September 10 Topics in Evolutionary Computation: Types of EC, Genetic Algorithms Basics
Initial Proposal and Project Plan Due

September 12 Genetic Algorithms Theory, Criticisms of EC, No Free Lunch

September 17 Neuroevolution (Evolving Neural Networks): Combining EC with NNs, Significance to AI, Classic obstacles

September 19 History of Neuroevolution, TWEANNS

September 24 NeuroEvolution of Augmenting Topologies (NEAT): Overcoming the obstacles
Preliminary domain code due

September 26 Advanced NEAT

October 1 Generative and Developmental Systems: The Power of Reuse, Prior Work, Biological Underpinnings, Skeptical Perspective

October 3 Advanced Topics in Generative and Developmental Systems

October 8 Compositional Pattern Producing Networks (CPPNs)

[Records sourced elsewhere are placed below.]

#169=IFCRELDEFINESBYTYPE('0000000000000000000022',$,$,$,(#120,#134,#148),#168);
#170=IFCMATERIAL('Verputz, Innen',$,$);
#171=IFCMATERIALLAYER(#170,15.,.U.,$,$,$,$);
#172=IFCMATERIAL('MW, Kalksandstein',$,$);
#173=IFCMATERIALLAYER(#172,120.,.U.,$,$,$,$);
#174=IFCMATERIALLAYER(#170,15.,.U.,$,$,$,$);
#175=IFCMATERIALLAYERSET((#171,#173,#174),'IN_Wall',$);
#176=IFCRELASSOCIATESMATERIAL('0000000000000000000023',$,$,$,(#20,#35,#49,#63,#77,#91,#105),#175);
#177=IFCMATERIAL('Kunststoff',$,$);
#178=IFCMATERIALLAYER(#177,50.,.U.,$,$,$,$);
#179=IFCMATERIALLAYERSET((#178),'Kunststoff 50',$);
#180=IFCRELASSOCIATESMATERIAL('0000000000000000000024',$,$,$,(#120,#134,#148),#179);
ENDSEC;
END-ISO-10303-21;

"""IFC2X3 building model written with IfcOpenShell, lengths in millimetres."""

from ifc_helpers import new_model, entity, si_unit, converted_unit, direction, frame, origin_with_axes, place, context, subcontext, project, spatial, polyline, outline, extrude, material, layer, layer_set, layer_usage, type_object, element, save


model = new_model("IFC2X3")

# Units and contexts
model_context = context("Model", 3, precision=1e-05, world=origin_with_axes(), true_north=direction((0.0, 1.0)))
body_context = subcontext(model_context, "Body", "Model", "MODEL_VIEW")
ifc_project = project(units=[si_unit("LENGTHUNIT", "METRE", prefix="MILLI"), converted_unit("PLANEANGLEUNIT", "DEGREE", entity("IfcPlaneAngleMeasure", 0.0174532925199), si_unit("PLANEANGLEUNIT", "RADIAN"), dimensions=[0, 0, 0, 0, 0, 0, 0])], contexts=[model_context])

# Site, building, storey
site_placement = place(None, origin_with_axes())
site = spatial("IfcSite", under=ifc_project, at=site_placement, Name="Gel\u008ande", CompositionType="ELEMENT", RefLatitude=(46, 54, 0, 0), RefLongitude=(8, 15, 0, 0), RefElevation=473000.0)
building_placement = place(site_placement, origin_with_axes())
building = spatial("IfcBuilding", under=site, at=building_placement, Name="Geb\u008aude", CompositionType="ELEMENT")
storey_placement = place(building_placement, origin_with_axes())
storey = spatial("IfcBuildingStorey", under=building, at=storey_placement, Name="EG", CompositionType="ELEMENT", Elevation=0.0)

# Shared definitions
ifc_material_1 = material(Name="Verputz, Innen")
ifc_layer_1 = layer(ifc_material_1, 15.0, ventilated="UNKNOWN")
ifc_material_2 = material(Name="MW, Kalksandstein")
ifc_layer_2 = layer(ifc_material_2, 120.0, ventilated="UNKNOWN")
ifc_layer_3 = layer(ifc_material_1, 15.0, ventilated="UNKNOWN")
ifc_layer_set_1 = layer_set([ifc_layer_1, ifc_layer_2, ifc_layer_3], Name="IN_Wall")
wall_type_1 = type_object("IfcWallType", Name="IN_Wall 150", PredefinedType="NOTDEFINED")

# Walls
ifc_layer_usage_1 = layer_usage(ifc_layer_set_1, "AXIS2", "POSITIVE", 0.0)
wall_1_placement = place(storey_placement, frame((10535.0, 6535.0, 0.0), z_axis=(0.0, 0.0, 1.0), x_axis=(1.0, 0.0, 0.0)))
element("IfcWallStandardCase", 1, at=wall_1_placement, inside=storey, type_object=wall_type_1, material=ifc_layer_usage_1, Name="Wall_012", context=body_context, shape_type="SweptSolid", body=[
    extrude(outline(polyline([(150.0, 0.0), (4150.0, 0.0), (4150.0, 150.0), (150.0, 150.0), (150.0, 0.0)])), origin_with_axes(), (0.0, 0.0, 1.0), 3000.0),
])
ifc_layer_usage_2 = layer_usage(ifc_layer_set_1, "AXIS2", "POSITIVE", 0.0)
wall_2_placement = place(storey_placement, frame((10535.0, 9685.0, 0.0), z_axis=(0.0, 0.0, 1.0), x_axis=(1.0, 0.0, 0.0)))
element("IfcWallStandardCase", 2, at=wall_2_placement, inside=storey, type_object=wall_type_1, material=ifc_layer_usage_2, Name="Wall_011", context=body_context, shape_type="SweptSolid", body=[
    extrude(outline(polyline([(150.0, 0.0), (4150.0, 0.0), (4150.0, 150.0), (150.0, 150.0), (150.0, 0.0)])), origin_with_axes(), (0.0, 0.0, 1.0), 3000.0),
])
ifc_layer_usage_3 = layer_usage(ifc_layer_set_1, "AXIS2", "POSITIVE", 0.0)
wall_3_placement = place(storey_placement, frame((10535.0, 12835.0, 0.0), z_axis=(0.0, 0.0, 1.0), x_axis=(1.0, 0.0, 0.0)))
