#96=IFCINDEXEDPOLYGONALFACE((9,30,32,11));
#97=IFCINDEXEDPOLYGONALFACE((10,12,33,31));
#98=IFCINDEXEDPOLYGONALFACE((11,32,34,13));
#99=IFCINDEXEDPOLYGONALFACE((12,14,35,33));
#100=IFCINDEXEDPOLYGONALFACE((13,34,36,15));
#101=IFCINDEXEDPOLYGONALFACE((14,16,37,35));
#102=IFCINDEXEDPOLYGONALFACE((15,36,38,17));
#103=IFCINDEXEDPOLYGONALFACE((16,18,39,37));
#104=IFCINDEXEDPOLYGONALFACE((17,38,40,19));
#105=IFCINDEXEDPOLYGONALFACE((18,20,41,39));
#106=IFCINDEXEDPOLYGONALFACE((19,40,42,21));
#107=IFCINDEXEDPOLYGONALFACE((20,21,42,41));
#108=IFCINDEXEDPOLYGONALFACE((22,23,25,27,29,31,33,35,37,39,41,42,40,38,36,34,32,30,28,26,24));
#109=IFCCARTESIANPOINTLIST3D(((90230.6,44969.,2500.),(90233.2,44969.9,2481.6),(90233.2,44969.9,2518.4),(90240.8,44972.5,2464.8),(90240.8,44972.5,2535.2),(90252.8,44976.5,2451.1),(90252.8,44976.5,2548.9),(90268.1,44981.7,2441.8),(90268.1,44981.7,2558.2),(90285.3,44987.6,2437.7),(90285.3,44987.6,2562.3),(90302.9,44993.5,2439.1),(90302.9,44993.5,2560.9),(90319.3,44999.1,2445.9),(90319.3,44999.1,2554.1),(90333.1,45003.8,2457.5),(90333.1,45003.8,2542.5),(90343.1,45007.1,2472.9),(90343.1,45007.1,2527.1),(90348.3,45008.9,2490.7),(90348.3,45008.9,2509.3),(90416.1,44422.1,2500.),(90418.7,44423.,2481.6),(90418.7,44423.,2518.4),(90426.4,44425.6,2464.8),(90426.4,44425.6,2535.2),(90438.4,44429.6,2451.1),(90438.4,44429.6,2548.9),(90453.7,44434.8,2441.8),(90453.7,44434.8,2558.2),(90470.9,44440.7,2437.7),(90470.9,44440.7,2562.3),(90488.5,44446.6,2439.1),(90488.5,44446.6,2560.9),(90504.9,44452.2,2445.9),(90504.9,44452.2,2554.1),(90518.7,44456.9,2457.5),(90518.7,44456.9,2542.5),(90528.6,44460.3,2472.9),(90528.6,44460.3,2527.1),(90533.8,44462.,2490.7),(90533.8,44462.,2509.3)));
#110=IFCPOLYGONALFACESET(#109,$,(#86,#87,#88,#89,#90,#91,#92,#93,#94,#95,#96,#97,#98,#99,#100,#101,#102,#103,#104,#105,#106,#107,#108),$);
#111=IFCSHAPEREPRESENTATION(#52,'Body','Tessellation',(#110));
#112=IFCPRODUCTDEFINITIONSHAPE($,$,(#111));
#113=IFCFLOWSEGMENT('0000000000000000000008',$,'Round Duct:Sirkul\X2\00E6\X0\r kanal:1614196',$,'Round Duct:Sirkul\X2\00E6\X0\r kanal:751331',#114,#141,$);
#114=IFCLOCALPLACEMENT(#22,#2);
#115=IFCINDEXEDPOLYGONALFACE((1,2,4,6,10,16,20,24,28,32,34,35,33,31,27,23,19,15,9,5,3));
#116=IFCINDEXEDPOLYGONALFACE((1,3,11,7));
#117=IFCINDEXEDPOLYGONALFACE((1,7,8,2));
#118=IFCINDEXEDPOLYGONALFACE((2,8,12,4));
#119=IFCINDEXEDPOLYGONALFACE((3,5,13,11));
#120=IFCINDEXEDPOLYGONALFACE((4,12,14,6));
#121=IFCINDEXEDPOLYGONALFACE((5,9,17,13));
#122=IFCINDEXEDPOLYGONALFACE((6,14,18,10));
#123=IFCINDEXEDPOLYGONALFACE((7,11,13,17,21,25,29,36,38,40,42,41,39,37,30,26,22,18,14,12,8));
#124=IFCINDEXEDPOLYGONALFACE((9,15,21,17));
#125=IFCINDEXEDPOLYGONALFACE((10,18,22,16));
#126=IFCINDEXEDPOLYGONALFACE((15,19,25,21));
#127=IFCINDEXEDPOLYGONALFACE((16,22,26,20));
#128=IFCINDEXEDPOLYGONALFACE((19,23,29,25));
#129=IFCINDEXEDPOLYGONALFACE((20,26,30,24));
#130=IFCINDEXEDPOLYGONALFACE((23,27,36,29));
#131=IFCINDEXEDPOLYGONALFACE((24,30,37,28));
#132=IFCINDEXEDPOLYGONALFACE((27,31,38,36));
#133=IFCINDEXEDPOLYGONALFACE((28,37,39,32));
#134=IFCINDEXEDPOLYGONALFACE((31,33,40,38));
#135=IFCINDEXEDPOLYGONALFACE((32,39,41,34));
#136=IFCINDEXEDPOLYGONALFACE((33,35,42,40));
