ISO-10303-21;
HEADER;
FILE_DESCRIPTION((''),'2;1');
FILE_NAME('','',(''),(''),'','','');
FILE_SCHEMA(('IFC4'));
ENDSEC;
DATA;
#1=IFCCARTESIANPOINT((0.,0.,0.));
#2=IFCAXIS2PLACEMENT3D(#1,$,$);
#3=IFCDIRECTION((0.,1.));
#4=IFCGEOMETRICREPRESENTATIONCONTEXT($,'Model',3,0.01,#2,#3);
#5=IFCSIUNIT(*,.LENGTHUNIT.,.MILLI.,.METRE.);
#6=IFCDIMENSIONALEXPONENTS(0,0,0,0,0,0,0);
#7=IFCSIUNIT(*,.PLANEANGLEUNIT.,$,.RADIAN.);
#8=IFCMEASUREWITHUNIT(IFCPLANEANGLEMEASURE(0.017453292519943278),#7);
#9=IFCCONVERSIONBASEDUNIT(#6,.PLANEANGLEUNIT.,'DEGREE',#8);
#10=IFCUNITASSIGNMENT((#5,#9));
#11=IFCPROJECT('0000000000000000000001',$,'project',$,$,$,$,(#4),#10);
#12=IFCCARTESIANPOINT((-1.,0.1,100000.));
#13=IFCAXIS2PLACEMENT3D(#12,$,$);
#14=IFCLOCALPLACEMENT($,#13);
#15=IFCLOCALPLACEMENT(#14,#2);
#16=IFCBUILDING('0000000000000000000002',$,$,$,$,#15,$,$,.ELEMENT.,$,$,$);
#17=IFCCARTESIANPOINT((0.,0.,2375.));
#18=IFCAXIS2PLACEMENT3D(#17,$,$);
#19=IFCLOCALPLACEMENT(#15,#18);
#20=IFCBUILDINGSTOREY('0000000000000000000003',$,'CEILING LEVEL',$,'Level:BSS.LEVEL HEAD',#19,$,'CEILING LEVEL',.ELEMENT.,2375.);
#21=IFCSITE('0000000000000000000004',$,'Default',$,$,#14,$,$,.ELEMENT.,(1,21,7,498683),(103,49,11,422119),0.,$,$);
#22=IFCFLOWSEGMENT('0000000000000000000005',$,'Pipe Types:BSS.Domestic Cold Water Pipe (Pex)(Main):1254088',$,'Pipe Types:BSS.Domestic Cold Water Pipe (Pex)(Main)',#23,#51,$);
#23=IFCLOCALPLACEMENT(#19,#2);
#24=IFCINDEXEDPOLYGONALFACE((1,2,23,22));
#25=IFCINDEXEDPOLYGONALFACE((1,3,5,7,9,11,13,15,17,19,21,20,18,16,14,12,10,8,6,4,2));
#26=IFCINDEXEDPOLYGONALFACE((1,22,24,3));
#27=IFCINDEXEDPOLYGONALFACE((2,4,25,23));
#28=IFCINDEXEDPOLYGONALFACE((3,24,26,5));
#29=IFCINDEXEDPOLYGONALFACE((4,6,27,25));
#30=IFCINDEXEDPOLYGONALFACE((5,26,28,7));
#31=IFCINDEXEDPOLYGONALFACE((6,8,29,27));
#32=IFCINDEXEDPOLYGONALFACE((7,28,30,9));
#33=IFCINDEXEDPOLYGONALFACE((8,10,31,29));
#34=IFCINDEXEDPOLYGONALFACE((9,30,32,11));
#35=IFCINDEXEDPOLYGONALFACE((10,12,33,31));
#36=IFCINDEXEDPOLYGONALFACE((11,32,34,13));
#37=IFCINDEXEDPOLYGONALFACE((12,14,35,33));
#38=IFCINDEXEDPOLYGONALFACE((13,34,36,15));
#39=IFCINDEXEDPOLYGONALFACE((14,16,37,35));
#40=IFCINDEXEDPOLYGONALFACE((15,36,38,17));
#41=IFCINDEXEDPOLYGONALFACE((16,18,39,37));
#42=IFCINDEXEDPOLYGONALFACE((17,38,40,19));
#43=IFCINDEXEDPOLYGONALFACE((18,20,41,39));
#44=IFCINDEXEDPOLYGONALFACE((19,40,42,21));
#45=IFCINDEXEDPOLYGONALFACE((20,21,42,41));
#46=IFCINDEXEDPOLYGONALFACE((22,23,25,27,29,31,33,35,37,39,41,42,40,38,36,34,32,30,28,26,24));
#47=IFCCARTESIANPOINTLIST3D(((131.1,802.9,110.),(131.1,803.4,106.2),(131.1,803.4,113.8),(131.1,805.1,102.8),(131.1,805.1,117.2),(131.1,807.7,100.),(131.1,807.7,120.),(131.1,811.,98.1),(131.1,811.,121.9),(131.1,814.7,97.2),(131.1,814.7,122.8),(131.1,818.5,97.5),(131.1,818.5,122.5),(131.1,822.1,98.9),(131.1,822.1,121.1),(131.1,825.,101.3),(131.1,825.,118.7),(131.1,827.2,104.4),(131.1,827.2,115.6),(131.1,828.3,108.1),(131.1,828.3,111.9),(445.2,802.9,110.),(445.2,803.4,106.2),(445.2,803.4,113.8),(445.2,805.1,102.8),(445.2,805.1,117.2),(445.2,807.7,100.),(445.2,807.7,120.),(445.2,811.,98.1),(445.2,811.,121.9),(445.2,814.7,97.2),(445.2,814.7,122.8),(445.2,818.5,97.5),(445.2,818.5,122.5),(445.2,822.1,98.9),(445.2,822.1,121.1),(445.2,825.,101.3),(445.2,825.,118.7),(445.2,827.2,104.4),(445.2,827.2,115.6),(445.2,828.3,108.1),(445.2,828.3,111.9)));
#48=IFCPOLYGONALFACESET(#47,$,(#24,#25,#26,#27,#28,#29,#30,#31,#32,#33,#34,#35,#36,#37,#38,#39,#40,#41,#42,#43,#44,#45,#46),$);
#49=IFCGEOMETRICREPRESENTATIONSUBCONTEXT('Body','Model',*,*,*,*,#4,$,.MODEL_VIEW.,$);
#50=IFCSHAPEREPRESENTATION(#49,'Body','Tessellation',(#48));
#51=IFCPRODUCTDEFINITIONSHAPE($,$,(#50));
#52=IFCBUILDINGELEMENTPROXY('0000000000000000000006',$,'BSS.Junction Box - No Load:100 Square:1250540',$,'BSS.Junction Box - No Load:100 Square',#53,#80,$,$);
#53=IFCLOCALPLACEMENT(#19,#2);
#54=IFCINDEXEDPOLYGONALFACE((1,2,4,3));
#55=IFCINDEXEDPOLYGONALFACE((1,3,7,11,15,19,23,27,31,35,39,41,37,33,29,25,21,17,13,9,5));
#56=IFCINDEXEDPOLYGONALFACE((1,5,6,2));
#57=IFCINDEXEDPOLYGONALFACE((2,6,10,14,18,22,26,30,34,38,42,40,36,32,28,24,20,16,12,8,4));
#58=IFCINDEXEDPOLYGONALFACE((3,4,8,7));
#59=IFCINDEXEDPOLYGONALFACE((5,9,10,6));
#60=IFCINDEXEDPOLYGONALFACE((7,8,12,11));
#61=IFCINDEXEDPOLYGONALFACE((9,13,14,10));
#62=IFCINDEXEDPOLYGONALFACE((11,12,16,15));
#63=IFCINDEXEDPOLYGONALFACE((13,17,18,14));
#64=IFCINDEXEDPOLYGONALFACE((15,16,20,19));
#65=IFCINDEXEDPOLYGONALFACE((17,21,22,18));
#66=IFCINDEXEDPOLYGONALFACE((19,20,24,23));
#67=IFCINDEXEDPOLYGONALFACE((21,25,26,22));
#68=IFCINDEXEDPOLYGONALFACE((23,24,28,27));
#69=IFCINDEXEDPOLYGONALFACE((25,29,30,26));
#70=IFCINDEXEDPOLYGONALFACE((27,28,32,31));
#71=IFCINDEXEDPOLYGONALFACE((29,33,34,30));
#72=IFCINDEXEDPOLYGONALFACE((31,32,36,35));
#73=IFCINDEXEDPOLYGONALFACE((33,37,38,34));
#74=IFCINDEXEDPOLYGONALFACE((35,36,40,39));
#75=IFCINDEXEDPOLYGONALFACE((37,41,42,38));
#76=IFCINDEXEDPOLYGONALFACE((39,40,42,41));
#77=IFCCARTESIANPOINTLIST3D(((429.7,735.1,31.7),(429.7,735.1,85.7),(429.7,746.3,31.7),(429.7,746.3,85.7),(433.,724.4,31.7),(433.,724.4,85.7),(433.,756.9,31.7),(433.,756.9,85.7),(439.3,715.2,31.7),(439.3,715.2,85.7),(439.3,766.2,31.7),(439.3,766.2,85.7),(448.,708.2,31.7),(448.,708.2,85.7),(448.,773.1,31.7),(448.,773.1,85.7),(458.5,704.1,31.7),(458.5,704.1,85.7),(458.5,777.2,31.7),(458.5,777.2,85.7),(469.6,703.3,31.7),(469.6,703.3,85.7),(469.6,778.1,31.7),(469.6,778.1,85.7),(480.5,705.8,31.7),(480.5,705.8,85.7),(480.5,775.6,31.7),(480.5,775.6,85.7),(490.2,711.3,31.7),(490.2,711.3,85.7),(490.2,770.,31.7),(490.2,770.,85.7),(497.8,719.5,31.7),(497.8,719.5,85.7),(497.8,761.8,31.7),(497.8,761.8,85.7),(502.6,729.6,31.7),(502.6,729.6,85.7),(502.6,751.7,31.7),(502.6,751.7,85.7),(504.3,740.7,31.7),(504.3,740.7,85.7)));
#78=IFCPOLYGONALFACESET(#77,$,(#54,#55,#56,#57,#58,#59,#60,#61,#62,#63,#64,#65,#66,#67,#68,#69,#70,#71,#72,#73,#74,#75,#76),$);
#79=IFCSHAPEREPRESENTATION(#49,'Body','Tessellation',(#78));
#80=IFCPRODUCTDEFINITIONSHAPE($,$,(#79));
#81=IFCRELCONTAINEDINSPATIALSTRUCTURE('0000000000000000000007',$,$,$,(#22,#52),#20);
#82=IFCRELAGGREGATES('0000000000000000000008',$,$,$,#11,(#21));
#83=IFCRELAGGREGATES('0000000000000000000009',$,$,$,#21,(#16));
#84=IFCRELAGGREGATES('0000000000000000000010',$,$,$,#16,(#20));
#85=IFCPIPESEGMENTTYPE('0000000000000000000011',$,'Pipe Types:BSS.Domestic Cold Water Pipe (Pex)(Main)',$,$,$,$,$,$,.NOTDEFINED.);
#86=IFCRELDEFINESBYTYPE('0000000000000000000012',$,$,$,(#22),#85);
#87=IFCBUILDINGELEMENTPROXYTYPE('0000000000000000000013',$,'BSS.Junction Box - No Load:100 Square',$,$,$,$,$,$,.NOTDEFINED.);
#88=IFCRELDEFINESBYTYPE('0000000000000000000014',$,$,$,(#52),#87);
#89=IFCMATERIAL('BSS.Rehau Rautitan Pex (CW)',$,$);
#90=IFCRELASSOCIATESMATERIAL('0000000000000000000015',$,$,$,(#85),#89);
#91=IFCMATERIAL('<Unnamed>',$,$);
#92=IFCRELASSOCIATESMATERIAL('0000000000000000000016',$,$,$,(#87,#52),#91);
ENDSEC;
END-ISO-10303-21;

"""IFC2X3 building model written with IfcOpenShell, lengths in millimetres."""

from ifc_helpers import new_model, entity, si_unit, converted_unit, direction, frame, frame_2d, origin, origin_2d_with_axis, place, context, subcontext, project, spatial, circle, extrude, source, transform, mapped, material, type_object, type_shapes, element, save


model = new_model("IFC2X3")

# Units and contexts
model_context = context("Model", 3, precision=0.01, world=origin(), true_north=direction((0.0, 1.0)))
body_context = subcontext(model_context, "Body", "Model", "MODEL_VIEW")
ifc_project = project(units=[si_unit("LENGTHUNIT", "METRE", prefix="MILLI"), converted_unit("PLANEANGLEUNIT", "DEGREE", entity("IfcPlaneAngleMeasure", 0.017453292519943278), si_unit("PLANEANGLEUNIT", "RADIAN"), dimensions=[0, 0, 0, 0, 0, 0, 0])], contexts=[model_context])

# Site, building, storey
site_placement = place(None, frame((-1.0, 0.1, 100000.0)))
site = spatial("IfcSite", under=ifc_project, at=site_placement, Name="Default", CompositionType="ELEMENT", RefLatitude=(1, 21, 7, 498683), RefLongitude=(103, 49, 11, 422119), RefElevation=0.0)
building_placement = place(site_placement, origin())
building = spatial("IfcBuilding", under=site, at=building_placement, CompositionType="ELEMENT")
storey_placement = place(building_placement, frame((0.0, 0.0, 2375.0)))
storey = spatial("IfcBuildingStorey", under=building, at=storey_placement, Name="CEILING LEVEL", ObjectType="Level:BSS.LEVEL HEAD", LongName="CEILING LEVEL", CompositionType="ELEMENT", Elevation=2375.0)

# Flow segment
ifc_material_1 = material(Name="BSS.Rehau Rautitan Pex (CW)")
pipe_segment_type_1 = type_object("IfcPipeSegmentType", Name="Pipe Types:BSS.Domestic Cold Water Pipe (Pex)(Main)", PredefinedType="NOTDEFINED", material=ifc_material_1)
flow_segment_1_placement = place(storey_placement, origin())
element("IfcFlowSegment", 1, at=flow_segment_1_placement, inside=storey, type_object=pipe_segment_type_1, Name="Pipe Types:BSS.Domestic Cold Water Pipe (Pex)(Main):1254088", ObjectType="Pipe Types:BSS.Domestic Cold Water Pipe (Pex)(Main)", context=body_context, shape_type="SweptSolid", body=[
    extrude(circle(Radius=12.8, at=origin_2d_with_axis()), frame((131.1, 815.7, 110.0), z_axis=(1.0, 0.0, 0.0), x_axis=(0.0, -1.0, 0.0)), (0.0, 0.0, 1.0), 314.1),
])

# Building element proxy
ifc_material_2 = material(Name="<Unnamed>")
building_element_proxy_type = type_object("IfcBuildingElementProxyType", Name="BSS.Junction Box - No Load:100 Square", PredefinedType="NOTDEFINED", material=ifc_material_2)
shared_shape = source(origin(), body_context, "Body", "SweptSolid", [
    extrude(circle(Radius=37.5, at=frame_2d((0.0, 0.0), x_axis=(1.0, 0.0))), origin(), (0.0, 0.0, 1.0), 54.0),
])
type_shapes(building_element_proxy_type, [shared_shape])
proxy_placement = place(storey_placement, frame((466.8, 740.7, 31.7)))
element("IfcBuildingElementProxy", 2, at=proxy_placement, inside=storey, type_object=building_element_proxy_type, material=ifc_material_2, Name="BSS.Junction Box - No Load:100 Square:1250540", ObjectType="BSS.Junction Box - No Load:100 Square", context=body_context, shape_type="MappedRepresentation", body=[
    mapped(shared_shape, transform((0.0, 0.0, 0.0), scale=1.0)),
])

save(model, "model.ifc")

October 10 HyperNEAT: Hypercube-based NEAT

October 15 Advanced HyperNEAT

October 17 Midterm Project Reports

October 22 Midterm Project Reports 2 and begin Real-time NEAT and the NERO video game

October 24 More rtNEAT and (if time) Advanced implementation issues for ANNs in video games

October 29 Competitive Coevolution and Complexification

October 31 More realistic neural models: Adaptive synapses

November 5 More on realistic neurons: Leaky integrator neurons

November 7 Interactive Evolutionary Computation and Genetic Art (Art, music, and other applications)

November 12 No Class: Veteran's Day

November 14 Evolution as a creative process, target-based vs. non-target-based evolution, large-scale IEC, Picbreeder, the organization dividend and "oragnizational metamorphosis"

November 19 Closing Remarks, Implementation topics and discussion

November 21 More Coevolution

Thanksgiving is November 22-45

November 26 Implementation topics and discussion

November 28 Project Discussion

December 3 Presentations (Last Day of Class)

December 10 Final: Project Presenations 1:00-3:50pm

Student Final Presentations: Students will have run their own experiments in neuroevolution and generative and developmental systems and will present results and methods from their projects.